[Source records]
────────────────

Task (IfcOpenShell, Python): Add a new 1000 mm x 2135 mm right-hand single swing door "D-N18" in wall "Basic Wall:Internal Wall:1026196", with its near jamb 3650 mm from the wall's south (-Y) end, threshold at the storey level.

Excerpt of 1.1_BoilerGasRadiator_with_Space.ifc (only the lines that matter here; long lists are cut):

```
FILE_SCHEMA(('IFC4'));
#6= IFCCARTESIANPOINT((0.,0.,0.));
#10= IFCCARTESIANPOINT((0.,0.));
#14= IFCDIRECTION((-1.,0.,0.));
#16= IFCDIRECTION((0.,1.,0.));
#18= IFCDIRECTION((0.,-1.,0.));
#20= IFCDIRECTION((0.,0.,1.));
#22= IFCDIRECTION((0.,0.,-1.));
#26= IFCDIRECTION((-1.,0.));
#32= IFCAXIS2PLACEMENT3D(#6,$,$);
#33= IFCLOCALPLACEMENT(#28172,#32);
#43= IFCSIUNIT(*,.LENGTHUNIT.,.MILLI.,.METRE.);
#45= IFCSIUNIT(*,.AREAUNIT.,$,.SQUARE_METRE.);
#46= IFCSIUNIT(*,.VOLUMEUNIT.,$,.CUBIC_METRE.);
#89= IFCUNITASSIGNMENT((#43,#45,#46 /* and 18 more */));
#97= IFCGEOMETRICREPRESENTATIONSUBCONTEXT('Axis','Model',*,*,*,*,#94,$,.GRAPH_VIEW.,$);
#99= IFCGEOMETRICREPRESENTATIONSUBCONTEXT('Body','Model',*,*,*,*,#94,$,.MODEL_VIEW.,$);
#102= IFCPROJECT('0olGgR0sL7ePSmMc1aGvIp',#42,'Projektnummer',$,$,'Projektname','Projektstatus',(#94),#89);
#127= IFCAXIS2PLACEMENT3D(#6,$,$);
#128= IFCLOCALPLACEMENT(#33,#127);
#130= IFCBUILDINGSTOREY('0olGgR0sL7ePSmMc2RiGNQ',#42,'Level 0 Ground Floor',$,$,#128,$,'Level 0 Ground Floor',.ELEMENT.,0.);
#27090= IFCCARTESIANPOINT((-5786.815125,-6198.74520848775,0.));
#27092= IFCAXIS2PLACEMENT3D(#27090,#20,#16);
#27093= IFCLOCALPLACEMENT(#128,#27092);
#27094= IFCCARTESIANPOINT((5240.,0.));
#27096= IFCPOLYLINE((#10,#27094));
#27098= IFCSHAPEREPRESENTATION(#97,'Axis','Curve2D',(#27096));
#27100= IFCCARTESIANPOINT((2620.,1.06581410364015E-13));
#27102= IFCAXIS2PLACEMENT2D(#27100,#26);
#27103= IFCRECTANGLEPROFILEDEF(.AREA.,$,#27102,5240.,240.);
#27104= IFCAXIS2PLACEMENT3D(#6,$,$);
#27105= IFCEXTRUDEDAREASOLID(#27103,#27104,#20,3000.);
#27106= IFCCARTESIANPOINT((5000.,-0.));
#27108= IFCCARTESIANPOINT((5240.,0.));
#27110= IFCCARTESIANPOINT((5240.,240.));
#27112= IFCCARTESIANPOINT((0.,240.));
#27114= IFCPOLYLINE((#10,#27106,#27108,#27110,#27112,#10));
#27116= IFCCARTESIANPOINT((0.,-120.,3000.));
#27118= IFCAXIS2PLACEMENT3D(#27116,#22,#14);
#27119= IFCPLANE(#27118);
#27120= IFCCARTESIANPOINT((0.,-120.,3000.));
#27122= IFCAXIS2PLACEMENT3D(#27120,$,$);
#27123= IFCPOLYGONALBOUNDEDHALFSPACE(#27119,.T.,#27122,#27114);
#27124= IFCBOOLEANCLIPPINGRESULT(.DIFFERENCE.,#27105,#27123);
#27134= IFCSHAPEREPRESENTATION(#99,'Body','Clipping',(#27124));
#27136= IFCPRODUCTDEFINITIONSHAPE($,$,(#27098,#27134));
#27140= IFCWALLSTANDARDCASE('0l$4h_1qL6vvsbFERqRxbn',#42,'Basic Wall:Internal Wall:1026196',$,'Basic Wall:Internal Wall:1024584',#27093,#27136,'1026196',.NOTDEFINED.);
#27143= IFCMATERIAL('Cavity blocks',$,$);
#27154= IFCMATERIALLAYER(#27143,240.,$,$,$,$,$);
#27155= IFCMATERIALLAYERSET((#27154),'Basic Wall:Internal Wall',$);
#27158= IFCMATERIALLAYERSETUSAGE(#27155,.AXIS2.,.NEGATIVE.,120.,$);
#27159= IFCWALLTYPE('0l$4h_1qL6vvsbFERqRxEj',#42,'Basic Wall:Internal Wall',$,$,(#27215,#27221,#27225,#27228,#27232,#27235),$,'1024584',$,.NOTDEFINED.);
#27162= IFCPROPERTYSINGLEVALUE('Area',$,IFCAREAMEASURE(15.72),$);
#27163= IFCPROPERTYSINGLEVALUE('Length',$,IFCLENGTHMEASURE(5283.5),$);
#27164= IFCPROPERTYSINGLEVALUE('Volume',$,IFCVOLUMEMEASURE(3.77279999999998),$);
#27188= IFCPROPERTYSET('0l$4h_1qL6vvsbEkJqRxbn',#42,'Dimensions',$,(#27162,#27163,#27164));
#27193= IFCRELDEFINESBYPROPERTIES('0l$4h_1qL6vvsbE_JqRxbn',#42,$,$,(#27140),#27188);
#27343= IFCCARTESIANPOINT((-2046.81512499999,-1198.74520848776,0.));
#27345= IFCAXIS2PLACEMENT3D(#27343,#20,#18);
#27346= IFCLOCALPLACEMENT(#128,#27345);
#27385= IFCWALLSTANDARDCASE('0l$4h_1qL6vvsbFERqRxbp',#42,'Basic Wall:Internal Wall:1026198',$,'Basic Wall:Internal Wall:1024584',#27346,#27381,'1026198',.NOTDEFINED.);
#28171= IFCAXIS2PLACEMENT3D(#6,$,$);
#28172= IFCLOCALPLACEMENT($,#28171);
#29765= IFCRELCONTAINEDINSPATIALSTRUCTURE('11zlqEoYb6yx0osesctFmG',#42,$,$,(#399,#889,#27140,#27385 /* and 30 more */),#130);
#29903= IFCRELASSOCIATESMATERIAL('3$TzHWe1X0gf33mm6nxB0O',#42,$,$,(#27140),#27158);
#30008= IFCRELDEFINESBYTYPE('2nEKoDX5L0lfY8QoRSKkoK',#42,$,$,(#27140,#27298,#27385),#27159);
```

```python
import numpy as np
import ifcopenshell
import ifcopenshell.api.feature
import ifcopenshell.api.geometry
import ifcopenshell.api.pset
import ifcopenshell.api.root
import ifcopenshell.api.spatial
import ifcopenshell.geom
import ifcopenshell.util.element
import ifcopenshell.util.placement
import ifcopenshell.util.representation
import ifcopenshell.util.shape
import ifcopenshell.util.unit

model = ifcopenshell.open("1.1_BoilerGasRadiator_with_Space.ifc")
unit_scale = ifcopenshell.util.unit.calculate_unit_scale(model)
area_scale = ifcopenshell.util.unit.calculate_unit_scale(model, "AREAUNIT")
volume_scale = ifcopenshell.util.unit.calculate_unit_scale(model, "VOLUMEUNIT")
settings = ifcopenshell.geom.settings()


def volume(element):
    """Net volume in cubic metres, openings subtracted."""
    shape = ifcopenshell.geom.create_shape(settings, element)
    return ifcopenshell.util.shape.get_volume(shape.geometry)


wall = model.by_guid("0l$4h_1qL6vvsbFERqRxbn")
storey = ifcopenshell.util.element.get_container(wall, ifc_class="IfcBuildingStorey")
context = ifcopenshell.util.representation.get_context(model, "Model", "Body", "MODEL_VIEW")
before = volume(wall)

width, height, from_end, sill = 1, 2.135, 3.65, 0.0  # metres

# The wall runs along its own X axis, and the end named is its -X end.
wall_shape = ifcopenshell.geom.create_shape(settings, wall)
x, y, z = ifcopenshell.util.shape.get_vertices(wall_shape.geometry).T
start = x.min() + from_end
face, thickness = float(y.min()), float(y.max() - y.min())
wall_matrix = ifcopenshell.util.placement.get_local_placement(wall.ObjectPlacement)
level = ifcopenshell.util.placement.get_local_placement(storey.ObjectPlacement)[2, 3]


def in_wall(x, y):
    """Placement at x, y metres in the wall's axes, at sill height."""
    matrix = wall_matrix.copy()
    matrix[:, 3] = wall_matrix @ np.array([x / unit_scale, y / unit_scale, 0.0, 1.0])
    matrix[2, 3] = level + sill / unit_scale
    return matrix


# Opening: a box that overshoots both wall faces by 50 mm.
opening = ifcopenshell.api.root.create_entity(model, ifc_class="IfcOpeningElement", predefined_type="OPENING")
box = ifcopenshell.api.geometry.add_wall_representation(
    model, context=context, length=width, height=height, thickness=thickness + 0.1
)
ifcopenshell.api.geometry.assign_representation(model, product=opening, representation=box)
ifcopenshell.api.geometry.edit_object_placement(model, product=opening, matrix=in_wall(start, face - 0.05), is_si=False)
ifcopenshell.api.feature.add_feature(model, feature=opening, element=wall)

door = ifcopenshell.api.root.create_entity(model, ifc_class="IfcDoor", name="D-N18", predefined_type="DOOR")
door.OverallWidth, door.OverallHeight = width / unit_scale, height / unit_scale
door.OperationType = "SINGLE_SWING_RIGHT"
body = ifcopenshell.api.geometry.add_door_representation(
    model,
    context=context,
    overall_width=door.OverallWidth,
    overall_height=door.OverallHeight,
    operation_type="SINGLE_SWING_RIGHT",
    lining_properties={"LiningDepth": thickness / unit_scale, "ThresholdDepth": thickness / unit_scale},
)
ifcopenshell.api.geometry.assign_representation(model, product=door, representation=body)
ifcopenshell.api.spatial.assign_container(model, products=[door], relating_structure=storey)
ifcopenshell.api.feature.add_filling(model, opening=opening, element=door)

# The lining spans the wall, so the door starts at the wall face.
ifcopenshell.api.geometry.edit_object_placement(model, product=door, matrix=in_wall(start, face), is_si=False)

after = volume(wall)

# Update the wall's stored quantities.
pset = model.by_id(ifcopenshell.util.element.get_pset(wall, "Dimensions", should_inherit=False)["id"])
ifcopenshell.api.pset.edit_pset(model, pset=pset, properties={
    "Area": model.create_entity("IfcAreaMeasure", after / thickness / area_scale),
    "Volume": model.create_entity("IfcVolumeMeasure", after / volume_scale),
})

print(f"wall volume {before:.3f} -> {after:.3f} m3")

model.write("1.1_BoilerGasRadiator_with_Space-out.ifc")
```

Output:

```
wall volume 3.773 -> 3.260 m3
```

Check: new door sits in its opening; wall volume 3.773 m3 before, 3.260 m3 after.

────────────────

Activity:
Where the string "IFCGEOMETRICREPRESENTATIONSUBCONTEXT" occurs in the data, return the whole line.

Result:
#97= IFCGEOMETRICREPRESENTATIONSUBCONTEXT('Axis','Model',*,*,*,*,#94,$,.GRAPH_VIEW.,$);
#99= IFCGEOMETRICREPRESENTATIONSUBCONTEXT('Body','Model',*,*,*,*,#94,$,.MODEL_VIEW.,$);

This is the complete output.